AI troubles at Apple’s kingdom
Last year, Apple made a big announcement at its Worldwide Developers Conference. It introduced AI. Not Artificial Intelligence, but Apple Intelligence. As every other tech company was announcing their pivot to AI, Apple felt like it had to do something too.
It is not that Apple hasn't been working on new technologies. Its own line of M series of Systems on Chips (SoC) is loaded with processors which makes running AI faster and faster with every new version.
But it looks like the AI algorithms are not behaving as Apple expected.
You might remember that during the Developers conference, Apple announced a partnership with OpenAI and that it will use the technology to capture the imagination of its customers. What was apparent during these announcements was the absence of talking much about Artificial Intelligence - instead the term Apple Intelligence was used, but more importantly, OpenAI wasn't even part of the announcement. Its mention was in the fine print in the footnote on the page which didn't even get printed. For OpenAI it sounded like a major and very costly deal.
The list of announcements was long and it portrayed the panacea of user experience.
Then the reality settled in.
Whatever Apple wanted to do to keep up with its brand image is not working as expected or hoped. It would appear that these two words 'expectations' and 'hope' in high dosages are always present when discussing AI. It can be expected from OpenAI - a startup which lives on hype in order to attract more investment. One can directly experience it now when using Google Search, where Gemini is trying to be helpful with 'AI overview'. Unfortunately that approach is not helping Google's business model. There are no ads (at least for now) and users are not clicking on links to go to websites where they would see more ads. Google hopes that one day it can roll it into a new product. The expectations are high.

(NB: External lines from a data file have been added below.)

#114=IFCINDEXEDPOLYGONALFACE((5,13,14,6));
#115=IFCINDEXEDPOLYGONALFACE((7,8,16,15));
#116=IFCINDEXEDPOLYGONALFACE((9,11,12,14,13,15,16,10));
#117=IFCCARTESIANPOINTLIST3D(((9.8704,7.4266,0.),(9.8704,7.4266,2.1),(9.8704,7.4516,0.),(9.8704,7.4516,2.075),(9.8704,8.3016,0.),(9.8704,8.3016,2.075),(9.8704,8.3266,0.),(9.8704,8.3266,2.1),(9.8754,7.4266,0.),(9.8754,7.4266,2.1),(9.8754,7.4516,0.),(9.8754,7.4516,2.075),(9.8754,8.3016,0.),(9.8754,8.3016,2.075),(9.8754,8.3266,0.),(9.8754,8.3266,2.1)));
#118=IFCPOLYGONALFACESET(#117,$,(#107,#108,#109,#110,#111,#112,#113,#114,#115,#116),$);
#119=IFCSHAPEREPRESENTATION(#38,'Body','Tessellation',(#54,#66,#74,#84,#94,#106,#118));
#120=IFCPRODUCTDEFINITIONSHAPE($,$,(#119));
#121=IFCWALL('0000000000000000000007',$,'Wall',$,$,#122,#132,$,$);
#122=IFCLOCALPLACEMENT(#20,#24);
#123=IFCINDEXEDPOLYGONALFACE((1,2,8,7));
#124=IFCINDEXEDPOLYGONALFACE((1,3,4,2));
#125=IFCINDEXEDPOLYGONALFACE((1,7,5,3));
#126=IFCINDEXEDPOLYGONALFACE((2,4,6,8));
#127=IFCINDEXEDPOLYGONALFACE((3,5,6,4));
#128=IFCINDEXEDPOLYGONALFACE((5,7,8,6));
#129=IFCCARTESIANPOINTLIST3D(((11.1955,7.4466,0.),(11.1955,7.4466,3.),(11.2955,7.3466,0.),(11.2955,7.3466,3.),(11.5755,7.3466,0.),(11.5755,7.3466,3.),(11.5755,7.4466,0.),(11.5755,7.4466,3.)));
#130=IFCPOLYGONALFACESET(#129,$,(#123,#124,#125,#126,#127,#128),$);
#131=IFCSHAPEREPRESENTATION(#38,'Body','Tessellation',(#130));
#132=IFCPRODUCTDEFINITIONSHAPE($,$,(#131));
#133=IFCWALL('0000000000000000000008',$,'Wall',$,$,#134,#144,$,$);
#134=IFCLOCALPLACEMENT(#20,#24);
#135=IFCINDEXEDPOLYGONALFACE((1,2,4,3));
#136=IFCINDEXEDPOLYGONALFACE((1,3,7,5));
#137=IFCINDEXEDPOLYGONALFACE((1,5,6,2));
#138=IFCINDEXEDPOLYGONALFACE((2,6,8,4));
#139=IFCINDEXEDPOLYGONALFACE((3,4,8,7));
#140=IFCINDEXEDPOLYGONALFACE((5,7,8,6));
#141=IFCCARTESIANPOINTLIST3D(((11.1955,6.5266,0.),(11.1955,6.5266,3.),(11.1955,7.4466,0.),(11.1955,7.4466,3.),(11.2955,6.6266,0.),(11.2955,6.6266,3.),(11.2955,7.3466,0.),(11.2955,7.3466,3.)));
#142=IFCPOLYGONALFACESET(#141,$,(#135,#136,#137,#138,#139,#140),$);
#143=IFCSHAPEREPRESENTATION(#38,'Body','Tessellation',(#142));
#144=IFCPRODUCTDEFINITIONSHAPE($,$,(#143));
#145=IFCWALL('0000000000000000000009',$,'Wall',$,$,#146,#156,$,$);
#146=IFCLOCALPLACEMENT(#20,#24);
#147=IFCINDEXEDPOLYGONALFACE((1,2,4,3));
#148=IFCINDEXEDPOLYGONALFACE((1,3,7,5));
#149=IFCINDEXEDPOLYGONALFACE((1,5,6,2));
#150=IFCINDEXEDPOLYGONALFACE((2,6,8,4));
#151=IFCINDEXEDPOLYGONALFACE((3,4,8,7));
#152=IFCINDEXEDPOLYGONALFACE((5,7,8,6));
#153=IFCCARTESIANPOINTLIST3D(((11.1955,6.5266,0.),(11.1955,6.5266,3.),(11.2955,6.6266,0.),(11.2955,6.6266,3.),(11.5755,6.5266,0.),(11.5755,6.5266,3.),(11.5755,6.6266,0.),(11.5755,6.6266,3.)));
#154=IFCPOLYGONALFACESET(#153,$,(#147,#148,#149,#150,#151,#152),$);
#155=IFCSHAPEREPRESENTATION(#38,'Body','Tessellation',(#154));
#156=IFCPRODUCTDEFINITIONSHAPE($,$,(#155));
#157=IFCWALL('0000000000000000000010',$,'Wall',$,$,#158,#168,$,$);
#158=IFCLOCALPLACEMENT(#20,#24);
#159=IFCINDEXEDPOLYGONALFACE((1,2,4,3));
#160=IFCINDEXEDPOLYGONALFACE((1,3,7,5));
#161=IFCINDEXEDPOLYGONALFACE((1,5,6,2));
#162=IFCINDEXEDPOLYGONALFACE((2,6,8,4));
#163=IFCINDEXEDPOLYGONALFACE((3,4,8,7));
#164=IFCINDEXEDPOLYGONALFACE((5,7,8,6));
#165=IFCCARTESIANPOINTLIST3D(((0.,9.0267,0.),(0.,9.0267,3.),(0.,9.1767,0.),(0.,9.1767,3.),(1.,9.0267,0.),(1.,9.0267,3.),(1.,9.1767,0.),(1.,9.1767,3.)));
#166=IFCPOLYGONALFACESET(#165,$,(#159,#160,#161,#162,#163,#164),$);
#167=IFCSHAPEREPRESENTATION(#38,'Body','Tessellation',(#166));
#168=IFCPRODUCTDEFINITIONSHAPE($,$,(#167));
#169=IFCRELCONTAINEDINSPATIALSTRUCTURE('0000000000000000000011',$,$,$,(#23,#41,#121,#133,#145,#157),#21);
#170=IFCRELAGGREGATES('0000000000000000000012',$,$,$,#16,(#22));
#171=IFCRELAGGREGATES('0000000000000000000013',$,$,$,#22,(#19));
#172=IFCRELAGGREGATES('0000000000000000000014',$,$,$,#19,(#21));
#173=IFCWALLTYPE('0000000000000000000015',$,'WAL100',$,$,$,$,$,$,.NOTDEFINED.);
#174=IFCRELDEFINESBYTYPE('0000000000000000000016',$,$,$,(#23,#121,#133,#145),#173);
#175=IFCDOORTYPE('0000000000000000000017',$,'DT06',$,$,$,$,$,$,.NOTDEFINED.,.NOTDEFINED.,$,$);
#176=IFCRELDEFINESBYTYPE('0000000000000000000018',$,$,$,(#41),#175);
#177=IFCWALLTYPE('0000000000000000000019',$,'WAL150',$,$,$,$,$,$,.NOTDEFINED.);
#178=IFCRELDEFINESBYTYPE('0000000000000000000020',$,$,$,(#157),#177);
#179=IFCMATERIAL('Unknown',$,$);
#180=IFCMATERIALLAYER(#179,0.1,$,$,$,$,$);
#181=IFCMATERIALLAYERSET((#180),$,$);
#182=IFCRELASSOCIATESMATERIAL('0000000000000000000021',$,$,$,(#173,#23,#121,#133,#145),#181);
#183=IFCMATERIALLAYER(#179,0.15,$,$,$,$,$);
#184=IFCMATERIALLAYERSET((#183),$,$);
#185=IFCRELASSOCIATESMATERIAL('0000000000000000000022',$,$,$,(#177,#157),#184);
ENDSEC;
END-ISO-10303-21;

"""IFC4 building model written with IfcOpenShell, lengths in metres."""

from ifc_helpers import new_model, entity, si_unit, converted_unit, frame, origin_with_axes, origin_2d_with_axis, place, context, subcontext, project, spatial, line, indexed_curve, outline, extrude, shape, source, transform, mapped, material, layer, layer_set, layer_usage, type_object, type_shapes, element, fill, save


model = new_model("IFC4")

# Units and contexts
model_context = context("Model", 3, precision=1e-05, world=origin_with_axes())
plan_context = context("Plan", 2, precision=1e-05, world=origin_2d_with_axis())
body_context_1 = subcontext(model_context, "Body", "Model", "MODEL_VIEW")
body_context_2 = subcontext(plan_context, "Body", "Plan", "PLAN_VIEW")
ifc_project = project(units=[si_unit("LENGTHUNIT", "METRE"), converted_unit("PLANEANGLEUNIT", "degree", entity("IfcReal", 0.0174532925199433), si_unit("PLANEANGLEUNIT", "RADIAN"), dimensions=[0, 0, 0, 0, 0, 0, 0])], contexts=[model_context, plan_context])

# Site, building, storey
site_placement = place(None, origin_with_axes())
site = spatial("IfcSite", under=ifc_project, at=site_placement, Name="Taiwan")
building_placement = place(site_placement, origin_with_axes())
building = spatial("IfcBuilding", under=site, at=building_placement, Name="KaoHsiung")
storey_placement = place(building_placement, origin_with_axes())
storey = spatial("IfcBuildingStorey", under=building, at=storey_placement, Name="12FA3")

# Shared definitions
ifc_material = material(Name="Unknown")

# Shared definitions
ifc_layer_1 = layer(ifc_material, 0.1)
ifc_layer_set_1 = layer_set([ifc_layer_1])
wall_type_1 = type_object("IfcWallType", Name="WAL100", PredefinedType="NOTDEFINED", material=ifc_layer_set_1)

However, Apple is not a startup, nor can it run these tests. Apple is in a business where the product has to work for millions and millions of people and it has to work reliably. And add to it the brand promise of privacy and securitywhich adds extra constraints when implementing new features into the product.
Side note: Apple's decision to focus on privacy and security, and their decision to be very explicit about it, is one example of the strategic choice the company made. For many companies, when describing their strategy, they use these good sounding phrases - 'the customer is at the center of what we are doing', 'we hire the best people', etc. Do you know a company which explicitly differentiates itself with the opposite? However, when you state that privacy and security is your differentiator, and then you can't introduce a new product because of that, you know you made a choice because it hurts. You might notice I didn't use the words 'good' or 'bad' choice. That always comes up later when you start counting money in your bank account.
What Apple was promising last year was supposed to be introduced this year, but will arrive - if at all - next year.
Through this new product development, Apple is running into every weakness of the AI - the Large Language Models (LLMs). The output is unpredictable. For the same question, you might get a different, maybe very similar answer, but different. Also, you can't guarantee the accuracy of the answer. Based on their demo the Apple Intelligence will be Powerful, Intuitive, Integrated, Personal and Private. It is the last three which create the headache for Apple. In order to deliver Powerful, the AI has to have access to every single aspect of the system. It has to have access to your contacts, calendar, emails, messages, notes, and credit card, before Siri (btw: another product having its own issues) can say 'Should I call your friend about next week's birthday or should I just buy her a gift?' Apple also promised that the AI functionality will be available for developers to build millions of useful apps.
How to do that and not break your brand promise and violate user privacy is an almost unsolvable problem for now. The bonus is the security part, where so far every single LLM is susceptible to hacking.
Another data point for your consideration comes from a new article about challenges for LLMs: Majority of AI Researchers Say Tech Industry Is Pouring Billions Into a Dead End. In the piece, AI researchers question if the current approach to keep scaling the LLMs with bigger and faster computers will get us to the (questionable) Artificial General Intelligence (AGI).
The tech world was, is and always will be the world of beautiful dreams, daring hopes and high expectations. The art is to recognize which dreams will survive the collision with reality. May that art become your recurrent pattern.